PP 4: The Rule of Private Judgment
The fourth rule of premises is similar to the first rule of a simple categorical syllogism. It consists in the following: if there are 2 private judgments in the syllogism, then the conclusion cannot be obtained. Private judgments are understood as those in which a certain part of objects belonging to a group of objects with common features is denied or affirmed. Usually they are expressed as statements: "Some S are not (or, on the contrary, are) P".
An illustrative example of this rule: “Some athletes set world records. Some students are athletes." It is impossible to conclude from this that some "some students" set world records. If we turn to the second rule of syllogism terms, we can see that the middle term is not distributed in premises. Therefore, such a syllogism is incorrect.
When a statement is a combination of a particular affirmative and a particular negative premise, then only the predicate of the particular negative statement will be distributed in the structure of the syllogism, which is also wrong.
If both premises are privately negative, then in this case the second rule of premises is triggered. Thus, at least one of the premises in the statement must have the character of a general judgment.
PP 5:particularity of conclusion
According to the fifth rule of premises of syllogisms, if at least one premise is a particular reasoning, then the conclusion also becomes particular.
Example: “All the artists of the city took part in the exhibition. Some of the employees of the enterprise are artists. Some employees of the enterprise took part in the exhibition. This is a valid syllogism.
An example of a private negative conclusion: “All winners received awards. Some of the present awards do not have. Some of those present are not winners.” In this case, both the subject and the predicate of the general negative judgment are distributed.
Rules of the first and second figures
The rules of categorical syllogism figures were introduced in order to visually describe the criteria for the correctness of judgments that are characteristic only for this figure.
The rule of the first figure says: the smallest of the premises must be affirmative, and the largest must be general. Examples of incorrect syllogisms for this figure:
- “All people are animals. No cat is human. No cat is an animal." The minor premise is negative, so the syllogism is wrong.
- "Some plants grow in the desert. All water lilies are plants. Some water lilies grow in deserts." In this case, it is clear that the largest of the premises is a private judgment.
The rule that is used to describe the second figure of a categorical syllogism: the largest of the premises should be general, and one of the premises should be a negation.
Examples of false statements:
- "All crocodiles are predators. Some mammals are predators. Some mammals are crocodiles." Both premises are affirmative, so the syllogism is invalid.
- "Some of the people can be mothers. No man can be a mother. Some men can't be human." Most of the premises is a private judgment, so the conclusion is erroneous.
Rules of the third and fourth pieces
The third rule of syllogism figures is related to the distribution of the minor term of the syllogism. If such a distribution is absent in the premise, then it cannot be distributed in the conclusion either. Therefore, the following rule is required: the smallest of the premises must be affirmative, and the conclusion must be a particular statement.

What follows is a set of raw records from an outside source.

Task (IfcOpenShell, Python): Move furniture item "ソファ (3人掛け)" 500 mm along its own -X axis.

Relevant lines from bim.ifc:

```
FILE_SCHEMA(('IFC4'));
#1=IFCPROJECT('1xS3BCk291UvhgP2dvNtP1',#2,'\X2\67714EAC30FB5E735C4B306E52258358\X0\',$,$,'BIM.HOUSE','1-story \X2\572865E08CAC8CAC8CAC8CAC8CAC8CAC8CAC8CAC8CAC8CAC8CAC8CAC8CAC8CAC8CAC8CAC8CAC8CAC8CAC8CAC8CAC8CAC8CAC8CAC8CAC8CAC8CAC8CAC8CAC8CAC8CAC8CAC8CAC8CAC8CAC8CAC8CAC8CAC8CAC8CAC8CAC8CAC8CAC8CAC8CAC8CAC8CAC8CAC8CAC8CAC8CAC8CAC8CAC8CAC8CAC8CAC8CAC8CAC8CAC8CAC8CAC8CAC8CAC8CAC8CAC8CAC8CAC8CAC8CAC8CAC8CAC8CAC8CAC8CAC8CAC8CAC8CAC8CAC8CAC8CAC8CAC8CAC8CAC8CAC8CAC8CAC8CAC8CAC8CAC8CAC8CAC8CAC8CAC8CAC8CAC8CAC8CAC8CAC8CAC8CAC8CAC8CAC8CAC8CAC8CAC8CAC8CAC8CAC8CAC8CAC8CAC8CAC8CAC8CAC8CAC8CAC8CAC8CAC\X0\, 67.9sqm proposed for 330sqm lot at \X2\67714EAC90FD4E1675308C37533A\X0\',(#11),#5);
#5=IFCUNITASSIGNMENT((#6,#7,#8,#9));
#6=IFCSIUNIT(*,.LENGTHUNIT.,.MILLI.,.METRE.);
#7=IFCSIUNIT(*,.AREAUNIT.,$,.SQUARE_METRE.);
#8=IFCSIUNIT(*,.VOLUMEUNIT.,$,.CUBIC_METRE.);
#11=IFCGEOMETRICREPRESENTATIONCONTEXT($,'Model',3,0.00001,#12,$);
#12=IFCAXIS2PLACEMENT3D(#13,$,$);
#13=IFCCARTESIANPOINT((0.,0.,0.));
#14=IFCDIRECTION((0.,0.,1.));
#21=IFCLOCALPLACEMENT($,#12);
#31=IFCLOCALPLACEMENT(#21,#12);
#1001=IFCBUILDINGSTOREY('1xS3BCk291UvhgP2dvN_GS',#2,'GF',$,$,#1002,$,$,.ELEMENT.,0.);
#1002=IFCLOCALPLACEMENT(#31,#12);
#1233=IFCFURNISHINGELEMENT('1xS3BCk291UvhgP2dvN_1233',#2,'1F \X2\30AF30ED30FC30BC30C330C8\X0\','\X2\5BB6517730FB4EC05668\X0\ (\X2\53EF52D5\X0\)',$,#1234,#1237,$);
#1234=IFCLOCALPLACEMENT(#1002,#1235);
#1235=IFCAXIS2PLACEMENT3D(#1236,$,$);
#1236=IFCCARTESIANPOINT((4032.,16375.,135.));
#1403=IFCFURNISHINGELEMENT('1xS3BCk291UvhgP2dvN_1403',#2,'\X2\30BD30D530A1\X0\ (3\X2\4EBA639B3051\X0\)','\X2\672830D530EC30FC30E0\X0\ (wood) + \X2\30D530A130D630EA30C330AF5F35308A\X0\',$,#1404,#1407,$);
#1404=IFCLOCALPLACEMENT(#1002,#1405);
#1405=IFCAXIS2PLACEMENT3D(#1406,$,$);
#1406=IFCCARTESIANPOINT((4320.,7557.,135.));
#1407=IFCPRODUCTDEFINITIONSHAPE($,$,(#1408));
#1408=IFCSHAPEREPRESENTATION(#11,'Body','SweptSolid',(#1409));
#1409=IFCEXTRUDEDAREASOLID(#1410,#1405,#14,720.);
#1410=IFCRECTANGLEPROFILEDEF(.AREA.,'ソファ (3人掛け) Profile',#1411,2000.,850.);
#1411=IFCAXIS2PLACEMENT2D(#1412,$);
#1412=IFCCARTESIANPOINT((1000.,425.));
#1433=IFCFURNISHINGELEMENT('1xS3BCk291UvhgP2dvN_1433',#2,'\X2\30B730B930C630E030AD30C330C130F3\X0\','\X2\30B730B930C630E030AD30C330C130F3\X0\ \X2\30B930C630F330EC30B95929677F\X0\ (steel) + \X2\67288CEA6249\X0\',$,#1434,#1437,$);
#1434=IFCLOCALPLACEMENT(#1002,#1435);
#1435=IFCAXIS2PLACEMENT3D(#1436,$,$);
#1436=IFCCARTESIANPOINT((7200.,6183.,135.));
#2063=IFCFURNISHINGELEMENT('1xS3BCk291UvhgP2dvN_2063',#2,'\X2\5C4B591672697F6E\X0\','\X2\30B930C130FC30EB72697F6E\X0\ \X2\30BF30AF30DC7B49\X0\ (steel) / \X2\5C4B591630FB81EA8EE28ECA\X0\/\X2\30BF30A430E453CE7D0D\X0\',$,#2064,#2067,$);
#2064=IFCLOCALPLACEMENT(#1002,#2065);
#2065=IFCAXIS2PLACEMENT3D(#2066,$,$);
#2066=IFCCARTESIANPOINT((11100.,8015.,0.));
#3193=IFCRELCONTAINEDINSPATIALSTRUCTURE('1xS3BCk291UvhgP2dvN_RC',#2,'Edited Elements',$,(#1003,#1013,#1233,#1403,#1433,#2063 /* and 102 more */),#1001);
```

```python
import ifcopenshell
import ifcopenshell.api.geometry
import ifcopenshell.util.placement
import ifcopenshell.util.unit

model = ifcopenshell.open("bim.ifc")
unit_scale = ifcopenshell.util.unit.calculate_unit_scale(model)

item = model.by_guid("1xS3BCk291UvhgP2dvN_1403")
matrix = ifcopenshell.util.placement.get_local_placement(item.ObjectPlacement)
matrix[:3, 3] -= matrix[:3, 0] * 0.5 / unit_scale
ifcopenshell.api.geometry.edit_object_placement(model, product=item, matrix=matrix, is_si=False)

print(ifcopenshell.util.placement.get_local_placement(item.ObjectPlacement).round(3) + 0.0)

model.write("bim_updated.ifc")
```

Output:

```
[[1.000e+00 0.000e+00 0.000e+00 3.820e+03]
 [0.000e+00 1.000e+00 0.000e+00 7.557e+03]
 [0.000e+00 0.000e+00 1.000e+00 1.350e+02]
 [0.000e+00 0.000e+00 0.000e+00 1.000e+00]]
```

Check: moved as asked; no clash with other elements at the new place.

Example: “All lizards are reptiles. Some reptiles are not oviparous. Some oviparous are not reptiles. In this case, the minor of the premises is not affirmative, but negative, so the syllogism is incorrect.
The fourth figure is the least common, since obtaining a conclusion based on its premises is unnatural for the judgment process. In practice, the first figure is used to construct an inference of this type. The rule for this figure is as follows: in the fourth figure, the conclusion cannot be generally affirmative.